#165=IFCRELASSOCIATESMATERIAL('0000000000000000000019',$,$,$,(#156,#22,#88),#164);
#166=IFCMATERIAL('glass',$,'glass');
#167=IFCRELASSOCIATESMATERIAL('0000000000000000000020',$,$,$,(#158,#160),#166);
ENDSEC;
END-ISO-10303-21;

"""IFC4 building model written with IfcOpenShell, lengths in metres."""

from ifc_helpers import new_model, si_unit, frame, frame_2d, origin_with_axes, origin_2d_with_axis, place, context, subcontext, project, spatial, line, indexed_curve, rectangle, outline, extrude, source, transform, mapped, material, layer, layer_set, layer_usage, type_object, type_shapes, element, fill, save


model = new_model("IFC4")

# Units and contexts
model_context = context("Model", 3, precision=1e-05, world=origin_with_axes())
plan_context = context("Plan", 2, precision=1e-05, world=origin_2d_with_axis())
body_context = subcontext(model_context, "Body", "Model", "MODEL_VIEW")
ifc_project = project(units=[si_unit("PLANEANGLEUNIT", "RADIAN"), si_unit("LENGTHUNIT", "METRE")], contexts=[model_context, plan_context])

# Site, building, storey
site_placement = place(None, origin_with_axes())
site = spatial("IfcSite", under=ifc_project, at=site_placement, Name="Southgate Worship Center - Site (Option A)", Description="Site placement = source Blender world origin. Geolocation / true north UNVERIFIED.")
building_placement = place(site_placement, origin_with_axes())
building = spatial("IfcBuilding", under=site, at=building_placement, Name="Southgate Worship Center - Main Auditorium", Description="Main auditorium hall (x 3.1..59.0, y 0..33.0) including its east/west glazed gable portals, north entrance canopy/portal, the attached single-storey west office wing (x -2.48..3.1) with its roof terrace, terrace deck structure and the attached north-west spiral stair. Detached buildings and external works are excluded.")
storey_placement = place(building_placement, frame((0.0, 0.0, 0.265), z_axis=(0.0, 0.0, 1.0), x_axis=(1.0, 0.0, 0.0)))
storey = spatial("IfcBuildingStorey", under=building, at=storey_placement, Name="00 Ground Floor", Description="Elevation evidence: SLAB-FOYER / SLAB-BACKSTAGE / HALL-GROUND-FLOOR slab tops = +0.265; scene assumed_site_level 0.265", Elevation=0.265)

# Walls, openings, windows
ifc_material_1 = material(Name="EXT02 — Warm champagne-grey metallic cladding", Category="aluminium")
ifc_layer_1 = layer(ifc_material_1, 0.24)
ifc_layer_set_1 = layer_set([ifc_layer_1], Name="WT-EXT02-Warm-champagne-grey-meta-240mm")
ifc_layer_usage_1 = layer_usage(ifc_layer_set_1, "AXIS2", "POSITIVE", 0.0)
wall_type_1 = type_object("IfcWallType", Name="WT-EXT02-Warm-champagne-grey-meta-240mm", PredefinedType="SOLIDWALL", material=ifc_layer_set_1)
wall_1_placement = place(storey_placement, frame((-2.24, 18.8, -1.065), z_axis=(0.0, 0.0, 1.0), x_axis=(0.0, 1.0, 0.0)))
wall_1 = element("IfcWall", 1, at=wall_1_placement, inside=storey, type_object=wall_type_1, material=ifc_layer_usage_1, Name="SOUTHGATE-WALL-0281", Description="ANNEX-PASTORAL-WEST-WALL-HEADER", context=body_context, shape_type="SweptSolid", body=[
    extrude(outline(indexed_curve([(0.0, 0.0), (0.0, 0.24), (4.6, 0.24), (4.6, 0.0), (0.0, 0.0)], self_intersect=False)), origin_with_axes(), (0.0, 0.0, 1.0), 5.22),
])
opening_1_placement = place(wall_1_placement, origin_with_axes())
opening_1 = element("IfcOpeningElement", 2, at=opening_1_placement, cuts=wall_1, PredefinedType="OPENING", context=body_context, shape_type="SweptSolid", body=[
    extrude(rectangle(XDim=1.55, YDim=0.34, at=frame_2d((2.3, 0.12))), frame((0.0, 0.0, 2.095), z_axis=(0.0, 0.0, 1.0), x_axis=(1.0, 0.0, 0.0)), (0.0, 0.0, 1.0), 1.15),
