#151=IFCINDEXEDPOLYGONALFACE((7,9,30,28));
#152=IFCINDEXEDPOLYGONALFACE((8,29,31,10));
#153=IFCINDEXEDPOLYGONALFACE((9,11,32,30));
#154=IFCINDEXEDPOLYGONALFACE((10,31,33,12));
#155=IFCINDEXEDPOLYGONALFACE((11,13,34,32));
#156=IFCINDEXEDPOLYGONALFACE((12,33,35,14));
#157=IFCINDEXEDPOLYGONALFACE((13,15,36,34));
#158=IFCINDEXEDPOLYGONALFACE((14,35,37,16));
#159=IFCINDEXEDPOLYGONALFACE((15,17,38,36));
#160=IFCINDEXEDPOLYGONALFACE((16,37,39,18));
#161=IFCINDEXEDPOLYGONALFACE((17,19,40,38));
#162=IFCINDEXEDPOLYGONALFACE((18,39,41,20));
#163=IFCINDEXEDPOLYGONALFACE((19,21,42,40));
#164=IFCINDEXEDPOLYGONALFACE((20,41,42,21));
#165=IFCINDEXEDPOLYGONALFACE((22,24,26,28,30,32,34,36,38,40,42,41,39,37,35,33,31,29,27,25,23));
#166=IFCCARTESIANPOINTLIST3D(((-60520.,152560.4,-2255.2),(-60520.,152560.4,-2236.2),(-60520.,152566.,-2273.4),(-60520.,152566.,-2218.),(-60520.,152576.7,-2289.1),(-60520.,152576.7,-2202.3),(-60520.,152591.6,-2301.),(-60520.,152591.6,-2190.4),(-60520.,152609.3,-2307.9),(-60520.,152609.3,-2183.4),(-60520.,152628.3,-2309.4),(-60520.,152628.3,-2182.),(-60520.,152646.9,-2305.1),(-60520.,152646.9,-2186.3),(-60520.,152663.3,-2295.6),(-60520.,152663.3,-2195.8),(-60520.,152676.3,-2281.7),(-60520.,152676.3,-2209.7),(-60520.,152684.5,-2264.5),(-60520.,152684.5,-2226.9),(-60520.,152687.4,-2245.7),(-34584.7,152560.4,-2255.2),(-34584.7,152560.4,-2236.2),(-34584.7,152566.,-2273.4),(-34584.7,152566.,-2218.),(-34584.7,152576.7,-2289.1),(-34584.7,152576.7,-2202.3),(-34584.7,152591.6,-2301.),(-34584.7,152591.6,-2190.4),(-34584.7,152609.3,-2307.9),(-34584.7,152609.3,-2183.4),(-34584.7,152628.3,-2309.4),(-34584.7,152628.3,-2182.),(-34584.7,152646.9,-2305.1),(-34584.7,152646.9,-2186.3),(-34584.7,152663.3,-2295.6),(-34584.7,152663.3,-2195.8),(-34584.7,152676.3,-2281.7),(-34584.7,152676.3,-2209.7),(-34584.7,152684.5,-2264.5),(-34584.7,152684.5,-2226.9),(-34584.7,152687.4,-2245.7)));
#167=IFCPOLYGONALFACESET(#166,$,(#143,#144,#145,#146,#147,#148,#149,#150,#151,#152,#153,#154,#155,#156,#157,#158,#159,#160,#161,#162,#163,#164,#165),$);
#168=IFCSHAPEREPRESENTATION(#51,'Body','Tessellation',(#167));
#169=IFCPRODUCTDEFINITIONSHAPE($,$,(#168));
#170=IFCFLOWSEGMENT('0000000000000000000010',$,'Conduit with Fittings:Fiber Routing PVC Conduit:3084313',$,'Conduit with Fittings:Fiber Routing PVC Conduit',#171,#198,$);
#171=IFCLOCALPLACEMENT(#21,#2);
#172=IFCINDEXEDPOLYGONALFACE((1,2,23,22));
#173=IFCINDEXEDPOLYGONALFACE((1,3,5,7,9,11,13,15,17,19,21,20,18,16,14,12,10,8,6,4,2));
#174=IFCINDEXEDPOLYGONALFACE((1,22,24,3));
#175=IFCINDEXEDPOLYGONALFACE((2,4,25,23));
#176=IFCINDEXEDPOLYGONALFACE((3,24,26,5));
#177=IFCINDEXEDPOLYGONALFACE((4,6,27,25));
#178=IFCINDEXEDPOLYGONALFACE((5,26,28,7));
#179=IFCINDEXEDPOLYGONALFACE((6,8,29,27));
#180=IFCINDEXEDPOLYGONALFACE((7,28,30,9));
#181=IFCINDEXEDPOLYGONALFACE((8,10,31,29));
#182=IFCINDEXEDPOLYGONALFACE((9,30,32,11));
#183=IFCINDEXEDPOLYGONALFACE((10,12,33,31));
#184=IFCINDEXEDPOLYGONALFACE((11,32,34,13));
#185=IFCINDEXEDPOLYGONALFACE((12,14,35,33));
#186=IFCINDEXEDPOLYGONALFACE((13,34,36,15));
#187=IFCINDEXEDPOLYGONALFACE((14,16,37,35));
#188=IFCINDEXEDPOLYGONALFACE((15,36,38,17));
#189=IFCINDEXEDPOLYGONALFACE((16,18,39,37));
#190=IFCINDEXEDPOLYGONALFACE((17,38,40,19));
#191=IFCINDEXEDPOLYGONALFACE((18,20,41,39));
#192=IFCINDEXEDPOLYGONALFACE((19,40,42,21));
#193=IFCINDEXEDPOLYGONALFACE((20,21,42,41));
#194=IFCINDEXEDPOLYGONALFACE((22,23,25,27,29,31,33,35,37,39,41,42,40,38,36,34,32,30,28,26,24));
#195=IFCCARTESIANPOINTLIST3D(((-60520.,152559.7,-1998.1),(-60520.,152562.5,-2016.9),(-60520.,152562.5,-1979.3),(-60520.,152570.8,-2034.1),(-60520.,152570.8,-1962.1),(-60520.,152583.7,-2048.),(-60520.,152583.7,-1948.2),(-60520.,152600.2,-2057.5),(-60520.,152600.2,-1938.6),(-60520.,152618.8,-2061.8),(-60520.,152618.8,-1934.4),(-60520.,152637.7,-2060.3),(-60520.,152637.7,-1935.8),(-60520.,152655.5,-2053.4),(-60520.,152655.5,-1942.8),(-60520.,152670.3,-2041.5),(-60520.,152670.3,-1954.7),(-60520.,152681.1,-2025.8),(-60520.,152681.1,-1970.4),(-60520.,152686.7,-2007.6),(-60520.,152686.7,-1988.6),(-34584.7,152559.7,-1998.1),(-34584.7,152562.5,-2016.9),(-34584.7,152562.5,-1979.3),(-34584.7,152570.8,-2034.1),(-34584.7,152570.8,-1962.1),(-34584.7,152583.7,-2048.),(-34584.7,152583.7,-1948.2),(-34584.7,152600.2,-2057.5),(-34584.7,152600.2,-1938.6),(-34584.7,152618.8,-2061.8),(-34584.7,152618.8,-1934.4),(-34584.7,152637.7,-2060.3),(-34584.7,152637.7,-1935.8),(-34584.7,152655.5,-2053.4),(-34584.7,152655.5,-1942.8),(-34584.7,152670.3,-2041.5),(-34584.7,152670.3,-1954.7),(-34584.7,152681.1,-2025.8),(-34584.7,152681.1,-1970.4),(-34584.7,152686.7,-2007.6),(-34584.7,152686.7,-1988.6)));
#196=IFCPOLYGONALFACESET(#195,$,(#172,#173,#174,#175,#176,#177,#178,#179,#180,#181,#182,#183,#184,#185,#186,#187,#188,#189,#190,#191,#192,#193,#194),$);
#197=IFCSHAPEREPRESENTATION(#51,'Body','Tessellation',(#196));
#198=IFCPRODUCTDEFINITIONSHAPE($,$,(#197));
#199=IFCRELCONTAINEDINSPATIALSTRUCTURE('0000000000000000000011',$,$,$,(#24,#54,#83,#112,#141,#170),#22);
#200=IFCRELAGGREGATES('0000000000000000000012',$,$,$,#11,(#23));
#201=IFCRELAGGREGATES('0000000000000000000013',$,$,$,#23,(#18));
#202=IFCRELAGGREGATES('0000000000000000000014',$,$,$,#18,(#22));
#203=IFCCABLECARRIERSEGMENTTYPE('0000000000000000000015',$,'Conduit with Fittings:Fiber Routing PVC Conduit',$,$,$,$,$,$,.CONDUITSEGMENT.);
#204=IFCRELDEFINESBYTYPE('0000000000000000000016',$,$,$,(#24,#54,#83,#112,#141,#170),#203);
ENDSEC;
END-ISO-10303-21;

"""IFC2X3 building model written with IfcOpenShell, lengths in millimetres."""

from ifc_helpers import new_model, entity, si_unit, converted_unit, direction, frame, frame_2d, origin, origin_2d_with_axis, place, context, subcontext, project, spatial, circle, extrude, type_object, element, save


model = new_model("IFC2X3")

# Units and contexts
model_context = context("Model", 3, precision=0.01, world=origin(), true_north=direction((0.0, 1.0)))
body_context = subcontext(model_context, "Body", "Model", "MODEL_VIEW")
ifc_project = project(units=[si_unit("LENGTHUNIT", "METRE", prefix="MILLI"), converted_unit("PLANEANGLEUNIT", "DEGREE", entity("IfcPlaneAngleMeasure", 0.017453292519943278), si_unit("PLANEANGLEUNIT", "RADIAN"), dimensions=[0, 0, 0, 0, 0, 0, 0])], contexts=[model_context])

★ ★ ★ ★ ★ ★ ★

Everything from the first line of the records above to the line containing "x_axis=(1.0, 0.0, 0.0)))", inclusive, should be repeated exactly; leave out the rest.

● **Problem solution**:
#165=IFCRELASSOCIATESMATERIAL('0000000000000000000019',$,$,$,(#156,#22,#88),#164);
#166=IFCMATERIAL('glass',$,'glass');
#167=IFCRELASSOCIATESMATERIAL('0000000000000000000020',$,$,$,(#158,#160),#166);
ENDSEC;
END-ISO-10303-21;

"""IFC4 building model written with IfcOpenShell, lengths in metres."""

from ifc_helpers import new_model, si_unit, frame, frame_2d, origin_with_axes, origin_2d_with_axis, place, context, subcontext, project, spatial, line, indexed_curve, rectangle, outline, extrude, source, transform, mapped, material, layer, layer_set, layer_usage, type_object, type_shapes, element, fill, save


model = new_model("IFC4")

# Units and contexts
model_context = context("Model", 3, precision=1e-05, world=origin_with_axes())
plan_context = context("Plan", 2, precision=1e-05, world=origin_2d_with_axis())
body_context = subcontext(model_context, "Body", "Model", "MODEL_VIEW")
ifc_project = project(units=[si_unit("PLANEANGLEUNIT", "RADIAN"), si_unit("LENGTHUNIT", "METRE")], contexts=[model_context, plan_context])

# Site, building, storey
site_placement = place(None, origin_with_axes())
site = spatial("IfcSite", under=ifc_project, at=site_placement, Name="Southgate Worship Center - Site (Option A)", Description="Site placement = source Blender world origin. Geolocation / true north UNVERIFIED.")
building_placement = place(site_placement, origin_with_axes())
building = spatial("IfcBuilding", under=site, at=building_placement, Name="Southgate Worship Center - Main Auditorium", Description="Main auditorium hall (x 3.1..59.0, y 0..33.0) including its east/west glazed gable portals, north entrance canopy/portal, the attached single-storey west office wing (x -2.48..3.1) with its roof terrace, terrace deck structure and the attached north-west spiral stair. Detached buildings and external works are excluded.")
storey_placement = place(building_placement, frame((0.0, 0.0, 0.265), z_axis=(0.0, 0.0, 1.0), x_axis=(1.0, 0.0, 0.0)))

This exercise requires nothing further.